Complex motif differentials (D) were analyzed to improve the understanding of relational structures of MSA evolution. Warnings are issued only in the case of sufficiently large D values ​​and the presence of critical clusters (persistent clusters with entropy increases >0.35), and a variant is considered a key variant if the variant constitutes >50% of the population at a particular locus.

The observational framework was applied prospectively and retrospectively. The retrospective analysis was based on SARS-CoV-2 sequence data obtained from the UK (during the emergence of the Delta and Alpha variants) and the USA (during the emergence of the Omicron and Omicron BA.2 variants). For the analysis, the spread of SARS-CoV-2 was known and threats could be mapped.

For the prospective analysis, data from New York for the occurrence of Omicron BA.2.12/Omicron BA.2.12.1 and Omicron BA.4/BA.5 were analyzed and all SARS-CoV-2 threats could not be mapped and were therefore . considered unknown. Surveillance was validated by testing for SARS-CoV-2 populations at several temporal and spatial scales: city, state, country, and three-day, weekly, and monthly.

Results

The Framework issued warnings based on GISAID data and reasoning on 16 May 2022 related to a coevolving cluster of sites comprising several genomic sites (n=7) mapped to Omicron BA.5, of which one site encodes the D3N mutation of SARS-CoV-2 membrane (M) protein, three sites encode the ORF6:D61L mutation and three sites encode the A27259C, C27889T and C26858T mutations.

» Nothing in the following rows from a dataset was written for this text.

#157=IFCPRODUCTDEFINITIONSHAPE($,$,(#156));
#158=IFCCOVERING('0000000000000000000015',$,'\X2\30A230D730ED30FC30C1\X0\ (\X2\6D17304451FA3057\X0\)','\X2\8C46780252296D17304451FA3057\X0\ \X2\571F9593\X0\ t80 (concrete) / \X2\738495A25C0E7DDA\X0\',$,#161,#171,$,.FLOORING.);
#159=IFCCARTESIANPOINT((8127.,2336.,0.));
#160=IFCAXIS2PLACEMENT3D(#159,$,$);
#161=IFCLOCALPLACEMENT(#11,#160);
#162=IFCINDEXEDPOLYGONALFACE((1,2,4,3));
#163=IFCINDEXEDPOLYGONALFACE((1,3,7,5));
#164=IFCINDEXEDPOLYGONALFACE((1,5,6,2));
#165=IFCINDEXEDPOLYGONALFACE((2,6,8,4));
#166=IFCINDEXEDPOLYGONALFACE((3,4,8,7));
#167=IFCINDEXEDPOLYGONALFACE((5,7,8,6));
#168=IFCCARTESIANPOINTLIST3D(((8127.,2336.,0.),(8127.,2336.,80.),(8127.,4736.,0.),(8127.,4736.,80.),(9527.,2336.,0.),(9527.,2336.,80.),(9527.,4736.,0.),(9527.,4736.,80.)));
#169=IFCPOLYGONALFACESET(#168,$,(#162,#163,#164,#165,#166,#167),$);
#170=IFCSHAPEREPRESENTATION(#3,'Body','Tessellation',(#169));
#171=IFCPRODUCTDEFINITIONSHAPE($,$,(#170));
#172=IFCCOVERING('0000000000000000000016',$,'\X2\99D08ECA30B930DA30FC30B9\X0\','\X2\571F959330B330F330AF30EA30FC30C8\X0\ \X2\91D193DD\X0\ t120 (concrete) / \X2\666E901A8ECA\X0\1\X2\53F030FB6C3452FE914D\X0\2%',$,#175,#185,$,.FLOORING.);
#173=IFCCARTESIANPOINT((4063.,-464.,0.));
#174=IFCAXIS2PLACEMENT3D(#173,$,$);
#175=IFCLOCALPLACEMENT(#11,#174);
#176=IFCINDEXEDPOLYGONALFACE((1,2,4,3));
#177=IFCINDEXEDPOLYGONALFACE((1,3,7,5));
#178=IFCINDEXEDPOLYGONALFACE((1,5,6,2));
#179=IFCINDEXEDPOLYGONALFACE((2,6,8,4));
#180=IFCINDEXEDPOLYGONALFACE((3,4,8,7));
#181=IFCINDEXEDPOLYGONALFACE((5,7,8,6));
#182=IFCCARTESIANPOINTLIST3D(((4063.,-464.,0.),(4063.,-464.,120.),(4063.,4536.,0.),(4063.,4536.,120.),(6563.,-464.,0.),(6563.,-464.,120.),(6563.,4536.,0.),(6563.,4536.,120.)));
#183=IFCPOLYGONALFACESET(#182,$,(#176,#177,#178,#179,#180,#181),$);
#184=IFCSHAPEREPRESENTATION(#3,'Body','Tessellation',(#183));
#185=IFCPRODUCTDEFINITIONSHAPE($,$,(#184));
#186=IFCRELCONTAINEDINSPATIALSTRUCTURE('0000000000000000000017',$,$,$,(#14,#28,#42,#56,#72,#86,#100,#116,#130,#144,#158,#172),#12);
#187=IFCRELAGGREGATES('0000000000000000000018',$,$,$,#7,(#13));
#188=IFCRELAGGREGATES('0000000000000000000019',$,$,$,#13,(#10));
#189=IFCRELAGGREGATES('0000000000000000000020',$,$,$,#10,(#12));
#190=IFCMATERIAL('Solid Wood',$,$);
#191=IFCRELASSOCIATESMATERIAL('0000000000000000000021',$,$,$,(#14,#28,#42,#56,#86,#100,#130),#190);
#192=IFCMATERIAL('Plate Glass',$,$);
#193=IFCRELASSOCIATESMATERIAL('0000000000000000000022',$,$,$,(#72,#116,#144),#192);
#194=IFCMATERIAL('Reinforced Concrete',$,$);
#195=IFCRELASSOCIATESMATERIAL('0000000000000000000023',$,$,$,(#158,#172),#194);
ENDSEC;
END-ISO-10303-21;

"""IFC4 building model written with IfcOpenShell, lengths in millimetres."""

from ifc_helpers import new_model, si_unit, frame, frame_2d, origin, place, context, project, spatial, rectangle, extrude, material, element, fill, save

When new insight was gained and projected as sequences, the cluster split into two mutually exclusive blocks (nuc:C27889T, m:D3N) comprising coevolving regions associated with reverse amino acid substitutions such as ORF6:D61L,nuc:A27259C, number: C26858T . The framework issues timely warnings based on the emergence and disappearance of SARS-CoV-2 variants with 99%, 89%, and 100% accuracy for the New York, UK, and US cases, respectively, and >85% overall accuracy.

In the case studies, the team observed that the co-evolving sites contained in critical clusters almost always showed either reverse mutations or exclusive mutations. OmicronM represents a unique critical cluster of 55 coevolutionary sites showing OmicronP mutations (n=30), BA.1P mutations (n=13) and DeltaP (n=13) reverse mutations. The cluster expanded over the next week to contain 68 coevolutionary sites, including all sites that showed BA.1P mutations.

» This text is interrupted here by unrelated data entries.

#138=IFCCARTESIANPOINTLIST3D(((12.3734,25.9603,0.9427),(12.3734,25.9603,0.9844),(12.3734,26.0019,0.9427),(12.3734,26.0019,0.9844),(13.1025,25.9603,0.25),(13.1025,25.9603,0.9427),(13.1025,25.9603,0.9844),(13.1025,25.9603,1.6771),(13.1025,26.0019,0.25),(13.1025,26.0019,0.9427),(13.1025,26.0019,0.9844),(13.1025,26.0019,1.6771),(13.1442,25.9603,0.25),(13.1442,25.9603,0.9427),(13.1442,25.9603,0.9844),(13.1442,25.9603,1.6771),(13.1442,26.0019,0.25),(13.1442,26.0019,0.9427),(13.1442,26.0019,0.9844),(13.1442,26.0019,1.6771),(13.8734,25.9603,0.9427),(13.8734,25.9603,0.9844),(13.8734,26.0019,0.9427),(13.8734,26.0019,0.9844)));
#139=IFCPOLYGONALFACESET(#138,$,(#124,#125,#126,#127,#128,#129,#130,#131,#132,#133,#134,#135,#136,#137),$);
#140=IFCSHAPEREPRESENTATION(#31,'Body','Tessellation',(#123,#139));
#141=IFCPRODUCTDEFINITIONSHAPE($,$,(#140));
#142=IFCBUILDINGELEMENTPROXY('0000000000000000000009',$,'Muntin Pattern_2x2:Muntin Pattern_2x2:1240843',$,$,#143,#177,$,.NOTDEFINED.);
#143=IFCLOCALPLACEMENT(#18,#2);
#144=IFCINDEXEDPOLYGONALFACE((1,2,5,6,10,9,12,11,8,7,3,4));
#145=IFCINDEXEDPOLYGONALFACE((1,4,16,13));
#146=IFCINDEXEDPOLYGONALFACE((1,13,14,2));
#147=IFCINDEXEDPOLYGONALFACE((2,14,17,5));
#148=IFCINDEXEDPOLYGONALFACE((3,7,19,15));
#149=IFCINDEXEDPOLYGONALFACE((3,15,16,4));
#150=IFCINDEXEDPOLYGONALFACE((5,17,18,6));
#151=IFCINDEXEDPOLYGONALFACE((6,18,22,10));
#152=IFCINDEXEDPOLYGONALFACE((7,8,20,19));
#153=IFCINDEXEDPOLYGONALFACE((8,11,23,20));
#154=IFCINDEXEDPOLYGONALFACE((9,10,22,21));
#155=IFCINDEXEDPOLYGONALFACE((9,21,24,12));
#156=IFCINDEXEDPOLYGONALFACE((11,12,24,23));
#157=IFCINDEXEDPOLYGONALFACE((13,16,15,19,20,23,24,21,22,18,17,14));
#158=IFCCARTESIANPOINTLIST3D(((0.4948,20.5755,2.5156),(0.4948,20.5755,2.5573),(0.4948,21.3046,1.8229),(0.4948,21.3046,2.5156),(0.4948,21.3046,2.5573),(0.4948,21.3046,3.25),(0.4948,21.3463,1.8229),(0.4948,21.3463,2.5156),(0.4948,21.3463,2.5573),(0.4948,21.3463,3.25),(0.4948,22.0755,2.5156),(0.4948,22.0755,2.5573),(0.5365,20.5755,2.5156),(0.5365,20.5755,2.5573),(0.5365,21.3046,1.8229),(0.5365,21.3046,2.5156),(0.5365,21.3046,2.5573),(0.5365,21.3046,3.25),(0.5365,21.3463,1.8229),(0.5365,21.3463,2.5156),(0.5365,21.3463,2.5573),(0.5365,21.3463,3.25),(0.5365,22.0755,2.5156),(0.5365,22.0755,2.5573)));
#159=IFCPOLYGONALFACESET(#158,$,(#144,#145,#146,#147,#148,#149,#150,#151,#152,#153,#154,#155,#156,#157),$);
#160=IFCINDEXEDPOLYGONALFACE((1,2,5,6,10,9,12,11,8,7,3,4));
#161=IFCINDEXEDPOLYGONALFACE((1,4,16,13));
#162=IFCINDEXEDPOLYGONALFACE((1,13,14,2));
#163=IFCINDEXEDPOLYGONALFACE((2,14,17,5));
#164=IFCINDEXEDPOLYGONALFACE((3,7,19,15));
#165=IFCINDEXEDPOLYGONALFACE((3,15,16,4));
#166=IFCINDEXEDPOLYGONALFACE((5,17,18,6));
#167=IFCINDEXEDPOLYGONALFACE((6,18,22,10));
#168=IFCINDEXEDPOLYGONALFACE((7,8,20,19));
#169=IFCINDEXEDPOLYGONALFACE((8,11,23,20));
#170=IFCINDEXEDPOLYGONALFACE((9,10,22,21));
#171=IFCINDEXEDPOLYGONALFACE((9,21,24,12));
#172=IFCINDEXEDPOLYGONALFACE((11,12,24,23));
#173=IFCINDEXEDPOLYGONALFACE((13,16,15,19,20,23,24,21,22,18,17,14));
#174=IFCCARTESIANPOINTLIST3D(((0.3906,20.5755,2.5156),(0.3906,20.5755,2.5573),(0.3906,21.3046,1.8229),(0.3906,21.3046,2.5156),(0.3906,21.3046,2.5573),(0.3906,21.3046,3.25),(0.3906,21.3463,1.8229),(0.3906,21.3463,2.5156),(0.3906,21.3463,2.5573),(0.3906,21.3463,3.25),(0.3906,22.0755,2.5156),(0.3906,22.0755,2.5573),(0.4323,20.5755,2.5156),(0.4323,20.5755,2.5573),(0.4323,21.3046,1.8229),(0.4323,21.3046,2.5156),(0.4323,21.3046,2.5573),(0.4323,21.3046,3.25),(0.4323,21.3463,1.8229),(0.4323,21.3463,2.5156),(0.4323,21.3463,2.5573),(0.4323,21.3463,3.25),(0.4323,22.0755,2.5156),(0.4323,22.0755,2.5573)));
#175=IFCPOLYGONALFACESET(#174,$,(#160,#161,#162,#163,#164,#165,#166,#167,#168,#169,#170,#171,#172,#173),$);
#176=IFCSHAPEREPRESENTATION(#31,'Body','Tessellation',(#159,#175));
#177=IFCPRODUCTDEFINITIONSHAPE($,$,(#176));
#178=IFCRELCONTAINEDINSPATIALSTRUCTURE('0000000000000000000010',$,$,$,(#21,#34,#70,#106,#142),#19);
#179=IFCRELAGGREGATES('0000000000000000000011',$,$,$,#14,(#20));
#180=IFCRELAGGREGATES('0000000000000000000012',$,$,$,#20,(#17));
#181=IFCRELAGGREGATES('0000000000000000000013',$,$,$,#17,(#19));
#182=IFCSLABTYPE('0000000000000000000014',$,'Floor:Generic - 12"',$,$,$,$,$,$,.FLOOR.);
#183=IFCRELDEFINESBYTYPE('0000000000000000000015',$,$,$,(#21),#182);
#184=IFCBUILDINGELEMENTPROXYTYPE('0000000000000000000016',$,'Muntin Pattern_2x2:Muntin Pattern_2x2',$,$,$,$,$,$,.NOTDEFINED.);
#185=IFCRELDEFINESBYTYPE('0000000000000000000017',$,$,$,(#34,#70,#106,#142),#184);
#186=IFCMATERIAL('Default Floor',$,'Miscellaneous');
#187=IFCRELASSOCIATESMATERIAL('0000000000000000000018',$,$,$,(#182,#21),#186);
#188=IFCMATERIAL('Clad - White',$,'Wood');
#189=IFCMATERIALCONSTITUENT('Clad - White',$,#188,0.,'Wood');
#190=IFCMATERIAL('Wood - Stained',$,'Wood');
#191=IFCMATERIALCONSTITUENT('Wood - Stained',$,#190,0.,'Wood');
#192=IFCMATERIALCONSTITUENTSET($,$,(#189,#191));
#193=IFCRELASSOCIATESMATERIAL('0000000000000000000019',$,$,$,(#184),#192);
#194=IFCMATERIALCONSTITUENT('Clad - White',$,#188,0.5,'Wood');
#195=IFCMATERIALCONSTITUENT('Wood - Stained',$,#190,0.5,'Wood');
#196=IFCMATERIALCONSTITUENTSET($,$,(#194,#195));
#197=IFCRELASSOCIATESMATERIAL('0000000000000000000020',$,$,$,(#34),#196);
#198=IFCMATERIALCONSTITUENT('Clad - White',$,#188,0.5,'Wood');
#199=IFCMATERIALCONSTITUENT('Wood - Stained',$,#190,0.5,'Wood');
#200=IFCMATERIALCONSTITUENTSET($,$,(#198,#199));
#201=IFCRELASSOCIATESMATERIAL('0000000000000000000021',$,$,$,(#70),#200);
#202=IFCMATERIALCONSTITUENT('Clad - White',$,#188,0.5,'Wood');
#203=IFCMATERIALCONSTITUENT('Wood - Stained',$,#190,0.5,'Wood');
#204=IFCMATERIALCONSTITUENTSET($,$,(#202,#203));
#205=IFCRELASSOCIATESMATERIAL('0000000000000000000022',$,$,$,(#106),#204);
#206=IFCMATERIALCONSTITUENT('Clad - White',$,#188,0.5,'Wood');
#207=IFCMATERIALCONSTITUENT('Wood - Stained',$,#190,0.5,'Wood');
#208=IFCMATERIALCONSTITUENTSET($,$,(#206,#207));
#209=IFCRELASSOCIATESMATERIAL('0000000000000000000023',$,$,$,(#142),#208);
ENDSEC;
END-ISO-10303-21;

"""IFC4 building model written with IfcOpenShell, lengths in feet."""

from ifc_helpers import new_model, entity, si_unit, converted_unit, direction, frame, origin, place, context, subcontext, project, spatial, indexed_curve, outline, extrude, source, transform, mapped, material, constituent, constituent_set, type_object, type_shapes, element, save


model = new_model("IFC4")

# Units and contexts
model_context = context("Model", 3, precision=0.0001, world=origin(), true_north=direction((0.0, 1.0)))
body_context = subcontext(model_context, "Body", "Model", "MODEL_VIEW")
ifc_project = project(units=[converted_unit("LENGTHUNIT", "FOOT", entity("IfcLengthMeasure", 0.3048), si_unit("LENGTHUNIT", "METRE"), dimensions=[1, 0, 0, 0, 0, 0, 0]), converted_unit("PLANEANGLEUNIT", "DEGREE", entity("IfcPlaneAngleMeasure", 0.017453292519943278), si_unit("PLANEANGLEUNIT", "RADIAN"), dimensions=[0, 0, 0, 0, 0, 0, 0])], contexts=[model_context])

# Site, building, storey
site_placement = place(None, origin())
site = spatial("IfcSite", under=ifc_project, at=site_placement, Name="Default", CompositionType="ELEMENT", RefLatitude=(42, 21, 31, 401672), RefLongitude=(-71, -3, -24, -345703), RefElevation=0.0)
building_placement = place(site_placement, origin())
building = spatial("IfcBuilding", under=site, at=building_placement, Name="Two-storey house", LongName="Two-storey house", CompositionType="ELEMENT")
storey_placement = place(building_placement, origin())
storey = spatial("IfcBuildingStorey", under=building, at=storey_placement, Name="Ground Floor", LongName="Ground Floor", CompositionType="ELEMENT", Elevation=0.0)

The SARS-CoV-2 variants that triggered alerts showed associated, reverse mutations in their major critical clusters, except for BA.2.12. Furthermore, BA.5 did not differ from BA.4 in SARS-CoV-2 S mutations, although BA.5 showed a critical cluster independent of all SARS-CoV-2 S mutations and included a separate SARS-CoV-2 M mutation . The signals issued by the monitoring system were specific but consistent across several geographic regions and were robust to multiple parameter selections.

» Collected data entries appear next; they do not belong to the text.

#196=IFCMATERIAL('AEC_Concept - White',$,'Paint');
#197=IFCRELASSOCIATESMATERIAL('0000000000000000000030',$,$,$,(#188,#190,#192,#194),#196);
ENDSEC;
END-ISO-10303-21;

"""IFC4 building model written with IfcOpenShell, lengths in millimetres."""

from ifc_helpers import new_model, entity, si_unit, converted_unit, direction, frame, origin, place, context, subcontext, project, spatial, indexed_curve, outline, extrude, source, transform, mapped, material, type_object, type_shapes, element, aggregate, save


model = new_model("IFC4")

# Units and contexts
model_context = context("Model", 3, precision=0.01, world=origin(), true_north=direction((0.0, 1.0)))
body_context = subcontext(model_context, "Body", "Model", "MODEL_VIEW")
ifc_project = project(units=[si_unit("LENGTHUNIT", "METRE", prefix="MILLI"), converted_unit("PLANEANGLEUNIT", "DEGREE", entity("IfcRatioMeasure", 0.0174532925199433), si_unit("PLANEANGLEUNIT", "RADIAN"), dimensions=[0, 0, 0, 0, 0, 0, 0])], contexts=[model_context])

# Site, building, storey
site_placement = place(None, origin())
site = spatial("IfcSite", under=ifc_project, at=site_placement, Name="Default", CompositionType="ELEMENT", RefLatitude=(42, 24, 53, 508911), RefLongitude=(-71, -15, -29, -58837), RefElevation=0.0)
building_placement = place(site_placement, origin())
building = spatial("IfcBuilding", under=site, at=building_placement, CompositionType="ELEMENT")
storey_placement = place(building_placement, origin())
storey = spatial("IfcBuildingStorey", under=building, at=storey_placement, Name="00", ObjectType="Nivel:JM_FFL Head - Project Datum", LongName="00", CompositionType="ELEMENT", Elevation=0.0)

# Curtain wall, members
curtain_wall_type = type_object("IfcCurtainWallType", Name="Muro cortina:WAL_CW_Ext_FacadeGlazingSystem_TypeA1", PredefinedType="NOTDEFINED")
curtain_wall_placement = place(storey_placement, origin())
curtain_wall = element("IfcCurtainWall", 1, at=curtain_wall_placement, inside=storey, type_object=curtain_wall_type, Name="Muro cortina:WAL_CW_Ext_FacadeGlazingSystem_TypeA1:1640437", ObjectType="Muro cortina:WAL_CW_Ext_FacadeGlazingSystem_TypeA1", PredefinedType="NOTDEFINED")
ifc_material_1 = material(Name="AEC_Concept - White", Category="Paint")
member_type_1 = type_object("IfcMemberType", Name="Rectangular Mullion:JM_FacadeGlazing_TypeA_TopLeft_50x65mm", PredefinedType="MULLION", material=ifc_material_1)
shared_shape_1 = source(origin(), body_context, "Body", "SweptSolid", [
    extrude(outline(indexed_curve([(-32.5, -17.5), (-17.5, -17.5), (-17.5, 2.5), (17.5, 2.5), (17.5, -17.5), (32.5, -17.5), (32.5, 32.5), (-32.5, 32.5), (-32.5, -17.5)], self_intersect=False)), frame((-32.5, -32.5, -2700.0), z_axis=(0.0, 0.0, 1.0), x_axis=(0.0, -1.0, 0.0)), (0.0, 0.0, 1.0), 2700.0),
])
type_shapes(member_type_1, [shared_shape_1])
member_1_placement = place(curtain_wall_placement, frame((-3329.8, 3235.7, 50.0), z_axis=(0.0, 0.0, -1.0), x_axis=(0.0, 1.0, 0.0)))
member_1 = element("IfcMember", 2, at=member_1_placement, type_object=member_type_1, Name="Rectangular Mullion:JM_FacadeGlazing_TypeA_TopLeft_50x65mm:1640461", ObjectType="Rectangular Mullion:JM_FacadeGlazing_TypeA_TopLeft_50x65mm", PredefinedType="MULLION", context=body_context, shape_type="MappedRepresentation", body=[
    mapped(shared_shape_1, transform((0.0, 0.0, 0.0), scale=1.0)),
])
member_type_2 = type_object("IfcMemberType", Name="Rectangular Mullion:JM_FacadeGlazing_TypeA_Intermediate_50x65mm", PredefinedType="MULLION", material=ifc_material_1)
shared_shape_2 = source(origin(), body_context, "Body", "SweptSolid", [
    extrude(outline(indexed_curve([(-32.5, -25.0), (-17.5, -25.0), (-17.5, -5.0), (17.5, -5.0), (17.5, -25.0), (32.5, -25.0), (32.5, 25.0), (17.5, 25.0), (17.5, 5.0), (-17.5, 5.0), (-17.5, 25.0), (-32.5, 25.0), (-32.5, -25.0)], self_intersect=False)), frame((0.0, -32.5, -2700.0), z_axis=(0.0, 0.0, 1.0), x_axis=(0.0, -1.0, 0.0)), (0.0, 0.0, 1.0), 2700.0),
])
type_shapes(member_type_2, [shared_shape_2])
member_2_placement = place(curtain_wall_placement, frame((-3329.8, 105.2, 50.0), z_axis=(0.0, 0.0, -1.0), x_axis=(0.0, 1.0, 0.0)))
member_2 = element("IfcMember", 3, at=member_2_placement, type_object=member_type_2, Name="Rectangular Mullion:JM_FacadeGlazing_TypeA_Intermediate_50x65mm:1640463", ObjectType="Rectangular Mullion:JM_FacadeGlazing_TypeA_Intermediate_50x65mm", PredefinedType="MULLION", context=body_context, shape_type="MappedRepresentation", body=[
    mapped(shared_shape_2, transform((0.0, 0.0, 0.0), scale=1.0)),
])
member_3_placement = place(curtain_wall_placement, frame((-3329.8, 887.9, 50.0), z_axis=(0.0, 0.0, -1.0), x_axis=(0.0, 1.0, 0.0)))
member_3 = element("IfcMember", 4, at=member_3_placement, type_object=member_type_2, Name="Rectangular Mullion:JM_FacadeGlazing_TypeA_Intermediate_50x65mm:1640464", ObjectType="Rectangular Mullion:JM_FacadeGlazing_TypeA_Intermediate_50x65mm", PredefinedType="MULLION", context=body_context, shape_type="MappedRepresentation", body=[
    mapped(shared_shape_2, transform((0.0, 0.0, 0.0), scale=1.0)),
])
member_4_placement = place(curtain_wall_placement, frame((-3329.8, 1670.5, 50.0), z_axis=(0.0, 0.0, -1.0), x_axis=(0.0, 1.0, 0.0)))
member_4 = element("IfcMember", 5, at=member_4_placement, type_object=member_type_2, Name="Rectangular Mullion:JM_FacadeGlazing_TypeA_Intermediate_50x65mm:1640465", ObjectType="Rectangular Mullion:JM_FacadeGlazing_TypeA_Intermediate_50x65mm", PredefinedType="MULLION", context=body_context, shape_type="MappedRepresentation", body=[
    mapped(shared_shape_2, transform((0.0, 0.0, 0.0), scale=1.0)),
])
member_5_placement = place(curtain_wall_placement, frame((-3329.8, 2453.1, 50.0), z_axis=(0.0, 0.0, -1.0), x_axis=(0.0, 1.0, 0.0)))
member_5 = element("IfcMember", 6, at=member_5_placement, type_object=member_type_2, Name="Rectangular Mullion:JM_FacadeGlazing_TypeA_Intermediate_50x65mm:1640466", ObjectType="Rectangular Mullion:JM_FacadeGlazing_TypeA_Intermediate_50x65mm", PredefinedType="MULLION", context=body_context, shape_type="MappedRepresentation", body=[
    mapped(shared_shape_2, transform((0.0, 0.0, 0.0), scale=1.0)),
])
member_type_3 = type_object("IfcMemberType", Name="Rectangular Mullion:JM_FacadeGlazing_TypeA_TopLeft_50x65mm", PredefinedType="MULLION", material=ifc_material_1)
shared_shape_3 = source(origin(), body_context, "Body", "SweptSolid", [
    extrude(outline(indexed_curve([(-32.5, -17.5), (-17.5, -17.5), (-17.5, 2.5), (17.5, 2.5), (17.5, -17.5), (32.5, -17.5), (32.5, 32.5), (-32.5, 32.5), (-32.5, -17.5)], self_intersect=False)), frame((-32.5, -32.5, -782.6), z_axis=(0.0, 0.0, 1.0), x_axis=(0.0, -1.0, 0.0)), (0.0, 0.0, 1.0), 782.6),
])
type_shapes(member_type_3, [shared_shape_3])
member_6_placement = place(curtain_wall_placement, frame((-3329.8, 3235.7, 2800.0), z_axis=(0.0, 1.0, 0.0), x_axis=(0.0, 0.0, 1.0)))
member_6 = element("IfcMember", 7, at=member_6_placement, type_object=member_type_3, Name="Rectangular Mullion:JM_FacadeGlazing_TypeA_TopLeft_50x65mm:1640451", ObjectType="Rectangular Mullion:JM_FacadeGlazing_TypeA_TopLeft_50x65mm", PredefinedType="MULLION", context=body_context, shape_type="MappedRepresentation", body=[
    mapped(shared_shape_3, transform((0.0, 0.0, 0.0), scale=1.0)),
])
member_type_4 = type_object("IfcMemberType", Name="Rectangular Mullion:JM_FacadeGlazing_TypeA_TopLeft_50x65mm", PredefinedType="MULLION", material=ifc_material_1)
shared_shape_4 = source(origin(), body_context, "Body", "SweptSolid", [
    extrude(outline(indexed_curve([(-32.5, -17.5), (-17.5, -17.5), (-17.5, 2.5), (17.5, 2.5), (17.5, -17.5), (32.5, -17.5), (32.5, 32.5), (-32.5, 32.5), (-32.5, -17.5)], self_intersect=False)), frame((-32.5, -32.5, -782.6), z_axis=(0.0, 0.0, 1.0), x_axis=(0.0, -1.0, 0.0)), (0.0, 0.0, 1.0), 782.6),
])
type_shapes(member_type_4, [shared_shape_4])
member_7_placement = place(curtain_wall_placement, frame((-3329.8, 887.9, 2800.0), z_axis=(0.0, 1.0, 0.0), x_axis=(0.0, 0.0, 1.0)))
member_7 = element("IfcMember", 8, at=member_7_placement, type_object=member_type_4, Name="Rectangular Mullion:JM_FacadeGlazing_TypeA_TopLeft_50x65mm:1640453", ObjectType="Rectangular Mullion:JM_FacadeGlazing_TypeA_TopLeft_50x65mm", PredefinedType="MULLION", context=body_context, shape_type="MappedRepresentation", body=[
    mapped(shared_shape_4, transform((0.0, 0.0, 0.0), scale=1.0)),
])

Overall, the study results highlighted the accuracy of the new SARS-CoV-2 surveillance framework in issuing real-time motivated warnings about the emergence and disappearance of key SARS-CoV-2 variants. Critical signaling clusters can detect variant mutations, and variants are characterized by junctional mutations diverging from the wild-type (WT) SARS-CoV-2 strain and reverse mutations.

*Important message

medRxiv publishes preliminary scientific reports that are not peer-reviewed and therefore should not be considered conclusive, guiding clinical practice/health-related behavior or treated as established information.